From real tennis court to Court Theatre
Grand opera and theatre productions despite declining finances? A new form of management assures that the Empress can continue to enjoy her favourite forms of entertainment: she grants a lease on a disused real tennis court for use as a theatre.
Shortly after Maria Theresa ascended the throne an opportunity arose of setting up a theatre at minimal expense by granting a lease on the disused real tennis court at the Hofburg. This became known as the ‘Theatre beside the Burg’ or Burgtheater for short, and stood on Michaelerplatz. Dating from 1540, this building had been used for playing jeu de paume, a forerunner of lawn tennis, until the beginning of the eighteenth century. There was a total of four of these courts in Vienna, commemorated today in street names such as Ballgasse or Ballhausplatz. The interiors of these barn-like buildings were painted black, so that it was easier to see the white balls used in the game. Over time, all these courts were eventually converted into theatres.
Back in 1720, Charles VI had begun to assign the administration of the court theatres to lessees called Apaldatores who were subsidized by the court with fixed sums of money. His daughter continued this system and in 1741 granted a lease on the former real tennis court to the ‘entrepreneur of the court operas, serenatas and the holy tombs’, Carl Joseph de Selliers, ‘that he may furnish it as an opera house and theatre at his own expense’. The exterior and maintenance was the responsibility of the Hofbauamt (court office in charge of building works) and was to be ‘achieved at the expense of official court funds’..
Selliers was contracted "there daily to produce to the several diversion of the public and Her Majesty either an opera or a comedy, German or foreign, as requested by the Court, in return for which he may take payment, to be set by himself according to the differences in the seating, to be taken from the public to be admitted, and thus enjoy the use of the theatre."

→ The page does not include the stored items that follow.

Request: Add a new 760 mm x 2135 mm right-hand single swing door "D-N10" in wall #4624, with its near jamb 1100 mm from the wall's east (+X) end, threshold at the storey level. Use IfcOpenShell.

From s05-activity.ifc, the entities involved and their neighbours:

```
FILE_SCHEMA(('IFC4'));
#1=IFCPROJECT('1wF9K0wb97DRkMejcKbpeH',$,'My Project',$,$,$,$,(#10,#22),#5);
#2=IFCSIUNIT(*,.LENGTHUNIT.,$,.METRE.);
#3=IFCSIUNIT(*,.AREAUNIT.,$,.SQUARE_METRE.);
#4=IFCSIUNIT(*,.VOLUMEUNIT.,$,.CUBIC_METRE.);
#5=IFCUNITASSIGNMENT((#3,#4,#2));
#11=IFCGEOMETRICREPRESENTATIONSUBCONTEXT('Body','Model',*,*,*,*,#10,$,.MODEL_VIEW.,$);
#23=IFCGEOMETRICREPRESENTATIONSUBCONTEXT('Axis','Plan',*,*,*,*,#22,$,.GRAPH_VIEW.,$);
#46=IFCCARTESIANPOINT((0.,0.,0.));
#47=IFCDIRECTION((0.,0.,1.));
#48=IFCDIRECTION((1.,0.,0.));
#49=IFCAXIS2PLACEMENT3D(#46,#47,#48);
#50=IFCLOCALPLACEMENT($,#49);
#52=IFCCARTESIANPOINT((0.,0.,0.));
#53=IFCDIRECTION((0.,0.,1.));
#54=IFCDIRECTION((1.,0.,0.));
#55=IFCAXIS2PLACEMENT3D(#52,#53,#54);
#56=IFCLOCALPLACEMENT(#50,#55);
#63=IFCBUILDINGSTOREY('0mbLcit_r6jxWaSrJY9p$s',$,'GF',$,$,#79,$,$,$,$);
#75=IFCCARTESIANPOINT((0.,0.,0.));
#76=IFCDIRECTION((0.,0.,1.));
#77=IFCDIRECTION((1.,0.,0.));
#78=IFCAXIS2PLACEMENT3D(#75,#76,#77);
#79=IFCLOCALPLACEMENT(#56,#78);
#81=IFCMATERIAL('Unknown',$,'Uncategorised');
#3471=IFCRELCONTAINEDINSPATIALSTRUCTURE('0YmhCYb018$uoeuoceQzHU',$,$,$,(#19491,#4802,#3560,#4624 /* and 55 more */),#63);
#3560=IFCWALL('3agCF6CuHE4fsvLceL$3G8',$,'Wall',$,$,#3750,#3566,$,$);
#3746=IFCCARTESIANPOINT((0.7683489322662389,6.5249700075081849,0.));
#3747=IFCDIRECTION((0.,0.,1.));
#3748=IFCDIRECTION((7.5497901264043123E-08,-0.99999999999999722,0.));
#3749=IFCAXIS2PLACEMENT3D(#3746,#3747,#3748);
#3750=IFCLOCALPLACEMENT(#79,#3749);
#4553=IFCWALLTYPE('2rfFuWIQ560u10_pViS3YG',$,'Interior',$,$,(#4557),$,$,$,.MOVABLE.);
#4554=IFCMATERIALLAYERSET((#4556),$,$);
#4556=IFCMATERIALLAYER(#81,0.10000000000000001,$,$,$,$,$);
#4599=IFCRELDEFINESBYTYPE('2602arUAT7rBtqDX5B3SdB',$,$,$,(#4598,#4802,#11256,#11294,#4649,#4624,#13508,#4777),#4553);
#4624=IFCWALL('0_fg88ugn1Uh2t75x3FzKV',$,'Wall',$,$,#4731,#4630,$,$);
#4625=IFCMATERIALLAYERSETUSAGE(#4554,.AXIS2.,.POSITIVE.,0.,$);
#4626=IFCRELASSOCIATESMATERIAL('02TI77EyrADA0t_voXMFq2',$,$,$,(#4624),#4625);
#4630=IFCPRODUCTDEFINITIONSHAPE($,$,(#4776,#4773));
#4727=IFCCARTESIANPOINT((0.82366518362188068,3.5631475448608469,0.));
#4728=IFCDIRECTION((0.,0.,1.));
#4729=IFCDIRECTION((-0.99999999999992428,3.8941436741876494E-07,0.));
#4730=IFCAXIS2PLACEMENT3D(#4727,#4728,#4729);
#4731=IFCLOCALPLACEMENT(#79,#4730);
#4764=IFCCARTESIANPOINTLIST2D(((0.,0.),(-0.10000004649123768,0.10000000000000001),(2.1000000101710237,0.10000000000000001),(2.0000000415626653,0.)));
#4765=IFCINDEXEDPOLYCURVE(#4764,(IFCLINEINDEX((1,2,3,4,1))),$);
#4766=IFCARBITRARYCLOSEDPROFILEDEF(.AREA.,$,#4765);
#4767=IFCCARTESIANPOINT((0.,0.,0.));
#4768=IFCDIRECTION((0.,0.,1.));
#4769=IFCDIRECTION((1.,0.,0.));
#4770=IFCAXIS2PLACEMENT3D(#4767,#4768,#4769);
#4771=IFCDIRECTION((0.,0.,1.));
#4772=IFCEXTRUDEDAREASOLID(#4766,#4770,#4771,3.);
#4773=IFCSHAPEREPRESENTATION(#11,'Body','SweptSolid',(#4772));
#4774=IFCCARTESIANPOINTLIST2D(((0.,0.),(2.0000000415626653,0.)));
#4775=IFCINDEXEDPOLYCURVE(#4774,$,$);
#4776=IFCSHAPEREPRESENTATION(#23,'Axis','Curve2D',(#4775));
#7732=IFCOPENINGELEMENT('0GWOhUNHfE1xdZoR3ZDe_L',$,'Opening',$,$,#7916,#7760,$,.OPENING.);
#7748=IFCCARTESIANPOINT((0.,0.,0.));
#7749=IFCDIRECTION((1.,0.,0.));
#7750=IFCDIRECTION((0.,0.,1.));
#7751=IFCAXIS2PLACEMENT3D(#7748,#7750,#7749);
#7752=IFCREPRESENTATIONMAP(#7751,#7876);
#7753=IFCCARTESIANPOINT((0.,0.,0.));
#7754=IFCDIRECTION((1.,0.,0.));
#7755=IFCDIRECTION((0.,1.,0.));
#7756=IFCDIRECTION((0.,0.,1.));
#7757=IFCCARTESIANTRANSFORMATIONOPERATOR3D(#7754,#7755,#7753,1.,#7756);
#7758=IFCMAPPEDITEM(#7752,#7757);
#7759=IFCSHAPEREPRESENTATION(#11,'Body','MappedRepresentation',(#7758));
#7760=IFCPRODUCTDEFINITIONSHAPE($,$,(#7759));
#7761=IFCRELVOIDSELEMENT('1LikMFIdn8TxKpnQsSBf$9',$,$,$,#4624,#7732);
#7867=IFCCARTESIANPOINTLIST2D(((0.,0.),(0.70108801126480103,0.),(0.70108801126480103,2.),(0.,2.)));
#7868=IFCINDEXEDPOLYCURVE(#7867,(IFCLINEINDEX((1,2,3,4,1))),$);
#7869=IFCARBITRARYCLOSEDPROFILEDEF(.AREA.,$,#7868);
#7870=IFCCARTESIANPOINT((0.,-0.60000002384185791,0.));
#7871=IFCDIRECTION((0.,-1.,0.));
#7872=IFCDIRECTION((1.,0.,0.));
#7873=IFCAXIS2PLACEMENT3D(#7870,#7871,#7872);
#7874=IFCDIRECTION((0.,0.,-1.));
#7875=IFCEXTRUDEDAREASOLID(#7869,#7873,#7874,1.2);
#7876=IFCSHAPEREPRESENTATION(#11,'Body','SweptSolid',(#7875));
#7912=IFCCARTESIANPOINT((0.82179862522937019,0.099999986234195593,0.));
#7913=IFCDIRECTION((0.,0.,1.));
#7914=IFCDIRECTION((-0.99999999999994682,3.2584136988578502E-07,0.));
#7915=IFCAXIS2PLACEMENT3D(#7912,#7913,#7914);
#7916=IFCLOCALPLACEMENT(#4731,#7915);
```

```python
import numpy as np
import ifcopenshell
import ifcopenshell.api.feature
import ifcopenshell.api.geometry
import ifcopenshell.api.root
import ifcopenshell.api.spatial
import ifcopenshell.geom
import ifcopenshell.util.element
import ifcopenshell.util.placement
import ifcopenshell.util.representation
import ifcopenshell.util.shape
import ifcopenshell.util.unit

model = ifcopenshell.open("s05-activity.ifc")
unit_scale = ifcopenshell.util.unit.calculate_unit_scale(model)
settings = ifcopenshell.geom.settings()


def volume(element):
    """Net volume in cubic metres, openings subtracted."""
    shape = ifcopenshell.geom.create_shape(settings, element)
    return ifcopenshell.util.shape.get_volume(shape.geometry)


wall = model.by_guid("0_fg88ugn1Uh2t75x3FzKV")
storey = ifcopenshell.util.element.get_container(wall, ifc_class="IfcBuildingStorey")
context = ifcopenshell.util.representation.get_context(model, "Model", "Body", "MODEL_VIEW")
before = volume(wall)

width, height, from_end, sill = 0.76, 2.135, 1.1, 0.0  # metres

# The wall runs along its own X axis, and the end named is its -X end.
wall_shape = ifcopenshell.geom.create_shape(settings, wall)
x, y, z = ifcopenshell.util.shape.get_vertices(wall_shape.geometry).T
start = x.min() + from_end
face, thickness = float(y.min()), float(y.max() - y.min())
wall_matrix = ifcopenshell.util.placement.get_local_placement(wall.ObjectPlacement)
level = ifcopenshell.util.placement.get_local_placement(storey.ObjectPlacement)[2, 3]


def in_wall(x, y):
    """Placement at x, y metres in the wall's axes, at sill height."""
    matrix = wall_matrix.copy()
    matrix[:, 3] = wall_matrix @ np.array([x / unit_scale, y / unit_scale, 0.0, 1.0])
    matrix[2, 3] = level + sill / unit_scale
    return matrix


# Opening: a box that overshoots both wall faces by 50 mm.
opening = ifcopenshell.api.root.create_entity(model, ifc_class="IfcOpeningElement", predefined_type="OPENING")
box = ifcopenshell.api.geometry.add_wall_representation(
    model, context=context, length=width, height=height, thickness=thickness + 0.1
)
ifcopenshell.api.geometry.assign_representation(model, product=opening, representation=box)
ifcopenshell.api.geometry.edit_object_placement(model, product=opening, matrix=in_wall(start, face - 0.05), is_si=False)
ifcopenshell.api.feature.add_feature(model, feature=opening, element=wall)

door = ifcopenshell.api.root.create_entity(model, ifc_class="IfcDoor", name="D-N10", predefined_type="DOOR")
door.OverallWidth, door.OverallHeight = width / unit_scale, height / unit_scale
door.OperationType = "SINGLE_SWING_RIGHT"
body = ifcopenshell.api.geometry.add_door_representation(
    model,
    context=context,
    overall_width=door.OverallWidth,
    overall_height=door.OverallHeight,
    operation_type="SINGLE_SWING_RIGHT",
    lining_properties={"LiningDepth": thickness / unit_scale, "ThresholdDepth": thickness / unit_scale},
)
ifcopenshell.api.geometry.assign_representation(model, product=door, representation=body)
ifcopenshell.api.spatial.assign_container(model, products=[door], relating_structure=storey)
ifcopenshell.api.feature.add_filling(model, opening=opening, element=door)

# The lining spans the wall, so the door starts at the wall face.
ifcopenshell.api.geometry.edit_object_placement(model, product=door, matrix=in_wall(start, face), is_si=False)

after = volume(wall)

print(f"wall volume {before:.3f} -> {after:.3f} m3")

model.write("s05-activity_edited.ifc")
```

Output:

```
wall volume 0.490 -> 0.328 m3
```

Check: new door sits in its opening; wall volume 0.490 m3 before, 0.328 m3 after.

In addition Selliers had taken a lease on the Kärntnertortheater, which he also ran himself.
From the construction accounts it is evident that the remodelling of the real tennis court, proposed by a partnership of aristocrats in 1748, during the course of which the Redoute ballrooms were also built, amounted to a complete rebuilding of the existing structure: 8,865 cartloads of rubble were removed and 198,240 bricks used. Work on the construction continued night and day, while performances continued to be given. In May 1748 the theatre – ‘most splendidly enlarged and decorated’ – was opened.
Selliers eventually became bankrupt, and the management of the theatre reverted to the court. Joseph II promoted the establishment of a national theatre that would serve the ‘Publico’ as well as merely courtly concerns.